Sarah Harding

It’s not easy getting a decent screen­shot of Sarah Harding‘s epic ‘walking Primrose’ line from The Promise’s video. Back in 2008 a 480p pop video seemed like the height of digital wonder, but at some point between then and now things moved on. Those small things change slowly. But life, as we know, moves fast.

Nineteen Septembers ago Popstars: The Rivals started its first and only run on Saturday night telly. I’d been asked to write the show’s official book, which meant I first met Girls Aloud before they were even a band. During the summer I’d visited the girls’ house, tucked away somewhere in Surrey near Cliff Richard’s house, to get some profile questions answered. One question I asked each future band member was: ‘What scares you?’

Sarah’s answer stands out today as the only one that captures the pre­cari­ous­ness of the pop dream. While future bandmates were mainly concerned about being murdered (??) and spiders, Sarah was scared, she said, of “having to go back to really awful jobs”. She was twenty at that point, and had recently been working in debt col­lec­tion. More than some of the other singers entering Popstars: The Rivals, she knew what was at stake.

Sarah did not have to go back to an awful job. By Christmas she was one fifth of a band who’d go on to achieve a record-breaking run of Top 10 singles, hit platinum sales, pull off multiple arena tours, and redefine pop music.

Since hearing yesterday about Sarah’s death, many of us will have naturally been reflect­ing on how Sarah’s life impacted our own lives over the last decade or two. With Popjustice having been such a big part of my life for so long, I’m reminded that writing the Popstars: The Rivals book meant I’d been given early access to Sound Of The Underground, which in turn meant I’d been able to write about it on the still-quite-new Popjustice blog. As Girls Aloud got bigger and better, it felt like the band dragged Popjustice (and the whole of pop music) along with them. Such was the power of that band’s presence that many fans will feel the same way: those fans in their teens, twenties, thirties and beyond were all dragged along. To be fair, we didn’t put up much of a fight.

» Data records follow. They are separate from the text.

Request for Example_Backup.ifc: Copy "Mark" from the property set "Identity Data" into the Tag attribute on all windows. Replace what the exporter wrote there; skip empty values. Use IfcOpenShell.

First a look at what the model holds.

```python
import ifcopenshell
import ifcopenshell.util.element

model = ifcopenshell.open("Example_Backup.ifc")
print(model.schema)
windows = model.by_type("IfcWindow")
print(len(windows), "windows")
for e in windows[:8]:
    source = ifcopenshell.util.element.get_pset(e, "Identity Data", "Mark")
    target = e.Tag
    print(e.id(), repr(source), repr(target), sep=" | ")
```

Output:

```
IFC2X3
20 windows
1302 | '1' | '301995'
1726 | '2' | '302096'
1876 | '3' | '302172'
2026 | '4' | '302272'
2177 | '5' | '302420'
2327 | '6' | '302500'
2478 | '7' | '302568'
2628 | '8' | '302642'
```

```python
import ifcopenshell
import ifcopenshell.util.element

model = ifcopenshell.open("Example_Backup.ifc")

count = 0
for e in model.by_type("IfcWindow"):
    value = ifcopenshell.util.element.get_pset(e, "Identity Data", "Mark")
    current = e.Tag
    if not value or not value.strip() or current == value:
        continue
    e.Tag = value
    count += 1

print(count, "windows updated")

model.write("Example_Backup_updated.ifc")
```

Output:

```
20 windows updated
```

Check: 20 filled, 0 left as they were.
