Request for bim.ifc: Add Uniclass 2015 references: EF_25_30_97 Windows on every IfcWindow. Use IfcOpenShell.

First a look at what the model holds.

```python
import ifcopenshell

model = ifcopenshell.open("bim.ifc")
print(model.schema)
print("classifications:", [c.Name for c in model.by_type("IfcClassification")])
for ifc_class in ("IfcDoor", "IfcRoof", "IfcStair", "IfcWall", "IfcWindow"):
    print(ifc_class, len(model.by_type(ifc_class)))
```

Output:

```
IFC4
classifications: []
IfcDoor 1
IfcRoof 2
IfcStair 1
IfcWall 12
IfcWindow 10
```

```python
import ifcopenshell
import ifcopenshell.api.classification

model = ifcopenshell.open("bim.ifc")

system = ifcopenshell.api.classification.add_classification(model, classification="Uniclass 2015")

codes = {
    "IfcWindow": ("EF_25_30_97", "Windows"),
}
for ifc_class, (code, name) in codes.items():
    products = model.by_type(ifc_class)
    ifcopenshell.api.classification.add_reference(
        model, products=products, classification=system, identification=code, name=name
    )
    print(code, len(products))

model.write("bim_updated.ifc")
```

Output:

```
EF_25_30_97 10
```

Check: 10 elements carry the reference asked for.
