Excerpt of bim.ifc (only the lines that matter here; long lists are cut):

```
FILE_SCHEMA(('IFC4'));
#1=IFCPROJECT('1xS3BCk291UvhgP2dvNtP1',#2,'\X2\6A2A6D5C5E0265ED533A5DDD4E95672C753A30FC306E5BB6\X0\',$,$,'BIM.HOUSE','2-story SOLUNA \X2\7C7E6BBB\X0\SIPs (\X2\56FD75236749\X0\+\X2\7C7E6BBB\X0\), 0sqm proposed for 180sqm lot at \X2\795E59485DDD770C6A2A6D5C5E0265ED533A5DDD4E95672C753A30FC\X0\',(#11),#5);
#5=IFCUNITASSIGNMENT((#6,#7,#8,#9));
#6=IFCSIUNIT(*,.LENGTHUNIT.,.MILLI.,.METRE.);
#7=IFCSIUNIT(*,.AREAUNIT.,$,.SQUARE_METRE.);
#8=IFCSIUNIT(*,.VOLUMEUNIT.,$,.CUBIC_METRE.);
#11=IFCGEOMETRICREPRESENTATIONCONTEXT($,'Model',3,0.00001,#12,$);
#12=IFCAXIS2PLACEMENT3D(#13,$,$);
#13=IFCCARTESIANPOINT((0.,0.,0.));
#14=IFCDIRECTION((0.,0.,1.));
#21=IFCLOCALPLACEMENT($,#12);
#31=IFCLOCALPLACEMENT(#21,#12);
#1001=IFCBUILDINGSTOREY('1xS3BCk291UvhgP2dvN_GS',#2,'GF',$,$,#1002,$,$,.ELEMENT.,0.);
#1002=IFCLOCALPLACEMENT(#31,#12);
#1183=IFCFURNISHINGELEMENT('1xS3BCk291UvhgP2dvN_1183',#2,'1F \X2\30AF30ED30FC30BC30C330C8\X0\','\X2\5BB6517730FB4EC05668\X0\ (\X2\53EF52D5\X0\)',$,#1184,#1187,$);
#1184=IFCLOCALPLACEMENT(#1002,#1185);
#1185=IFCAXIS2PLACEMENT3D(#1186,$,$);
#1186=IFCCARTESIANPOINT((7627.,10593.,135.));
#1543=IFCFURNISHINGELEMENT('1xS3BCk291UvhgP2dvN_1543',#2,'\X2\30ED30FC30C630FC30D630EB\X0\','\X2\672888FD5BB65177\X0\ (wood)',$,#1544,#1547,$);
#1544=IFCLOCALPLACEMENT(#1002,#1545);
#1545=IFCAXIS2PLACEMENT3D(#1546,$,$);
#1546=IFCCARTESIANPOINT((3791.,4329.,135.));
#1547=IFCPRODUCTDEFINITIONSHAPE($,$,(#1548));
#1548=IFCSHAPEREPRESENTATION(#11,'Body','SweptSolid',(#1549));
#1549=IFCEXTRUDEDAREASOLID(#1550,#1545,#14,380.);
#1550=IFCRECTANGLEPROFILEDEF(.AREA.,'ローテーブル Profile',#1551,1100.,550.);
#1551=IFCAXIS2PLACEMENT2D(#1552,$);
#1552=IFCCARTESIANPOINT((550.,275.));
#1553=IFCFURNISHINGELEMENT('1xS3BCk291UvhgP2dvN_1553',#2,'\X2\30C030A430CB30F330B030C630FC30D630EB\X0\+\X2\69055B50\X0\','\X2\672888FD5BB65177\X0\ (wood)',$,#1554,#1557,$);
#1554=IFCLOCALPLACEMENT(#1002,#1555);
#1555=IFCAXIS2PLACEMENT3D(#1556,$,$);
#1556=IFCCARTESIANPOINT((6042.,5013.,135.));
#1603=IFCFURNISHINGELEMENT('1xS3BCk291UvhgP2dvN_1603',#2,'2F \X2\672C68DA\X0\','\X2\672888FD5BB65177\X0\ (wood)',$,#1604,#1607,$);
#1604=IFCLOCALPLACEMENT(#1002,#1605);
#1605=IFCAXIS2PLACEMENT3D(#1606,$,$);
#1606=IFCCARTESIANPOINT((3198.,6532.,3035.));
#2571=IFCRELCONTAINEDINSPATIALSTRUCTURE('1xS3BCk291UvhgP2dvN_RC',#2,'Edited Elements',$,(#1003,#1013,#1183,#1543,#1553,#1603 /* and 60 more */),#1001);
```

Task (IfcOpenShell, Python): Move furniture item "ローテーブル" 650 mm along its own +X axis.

```python
import ifcopenshell
import ifcopenshell.api.geometry
import ifcopenshell.util.placement
import ifcopenshell.util.unit

model = ifcopenshell.open("bim.ifc")
unit_scale = ifcopenshell.util.unit.calculate_unit_scale(model)

item = model.by_guid("1xS3BCk291UvhgP2dvN_1543")
matrix = ifcopenshell.util.placement.get_local_placement(item.ObjectPlacement)
matrix[:3, 3] += matrix[:3, 0] * 0.65 / unit_scale
ifcopenshell.api.geometry.edit_object_placement(model, product=item, matrix=matrix, is_si=False)

print(ifcopenshell.util.placement.get_local_placement(item.ObjectPlacement).round(3) + 0.0)

model.write("bim-out.ifc")
```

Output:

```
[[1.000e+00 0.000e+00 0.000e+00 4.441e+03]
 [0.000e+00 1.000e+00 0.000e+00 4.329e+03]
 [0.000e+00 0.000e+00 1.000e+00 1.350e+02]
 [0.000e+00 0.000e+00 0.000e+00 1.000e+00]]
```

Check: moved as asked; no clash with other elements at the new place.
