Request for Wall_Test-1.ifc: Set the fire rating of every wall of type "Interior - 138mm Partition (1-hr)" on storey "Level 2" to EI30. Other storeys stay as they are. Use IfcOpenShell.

First a look at what the model holds.

```python
import ifcopenshell
import ifcopenshell.util.element

model = ifcopenshell.open("Wall_Test-1.ifc")
print(model.schema)
storey = next(s for s in model.by_type("IfcBuildingStorey") if s.Name == "Level 2")
walls = [e for e in ifcopenshell.util.element.get_decomposition(storey) if e.is_a("IfcWall")]
seen = {}
for e in walls:
    element_type = ifcopenshell.util.element.get_type(e)
    key = (element_type.Name if element_type != e and element_type else None, ifcopenshell.util.element.get_pset(e, "Pset_WallCommon", "FireRating"))
    seen[key] = seen.get(key, 0) + 1
for (name, value), count in sorted(seen.items(), key=str):
    print(count, "x", name, "|", value)
```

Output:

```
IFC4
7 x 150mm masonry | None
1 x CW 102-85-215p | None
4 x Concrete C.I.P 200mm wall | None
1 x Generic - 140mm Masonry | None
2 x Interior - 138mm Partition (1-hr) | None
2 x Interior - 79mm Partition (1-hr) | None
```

```python
import ifcopenshell
import ifcopenshell.api.pset
import ifcopenshell.util.element

model = ifcopenshell.open("Wall_Test-1.ifc")

storey = next(s for s in model.by_type("IfcBuildingStorey") if s.Name == "Level 2")
walls = [e for e in ifcopenshell.util.element.get_decomposition(storey) if e.is_a("IfcWall")]

count = 0
for e in walls:
    element_type = ifcopenshell.util.element.get_type(e)
    if element_type in (None, e) or element_type.Name != "Interior - 138mm Partition (1-hr)":
        continue
    # add_pset returns the element's existing set when there is one.
    pset = ifcopenshell.api.pset.add_pset(model, product=e, name="Pset_WallCommon")
    ifcopenshell.api.pset.edit_pset(model, pset=pset, properties={"FireRating": "EI30"})
    count += 1

print(count, "walls updated")

model.write("Wall_Test-1-out.ifc")
```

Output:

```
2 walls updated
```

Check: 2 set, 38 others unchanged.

And if, during those years when Girls Aloud ruled pop, any of us had been asked to identify the spark at the heart of Girls Aloud — one member with the same chaotic, unpre­dict­able energy that was in so much of the band’s music — we’d surely have said that spark was Sarah. A pig wearing a hat could have had a hit with Sound Of The Underground. But could Girls Aloud have done everything they went on to do, and would any of us be the people we are now, without Sarah Harding?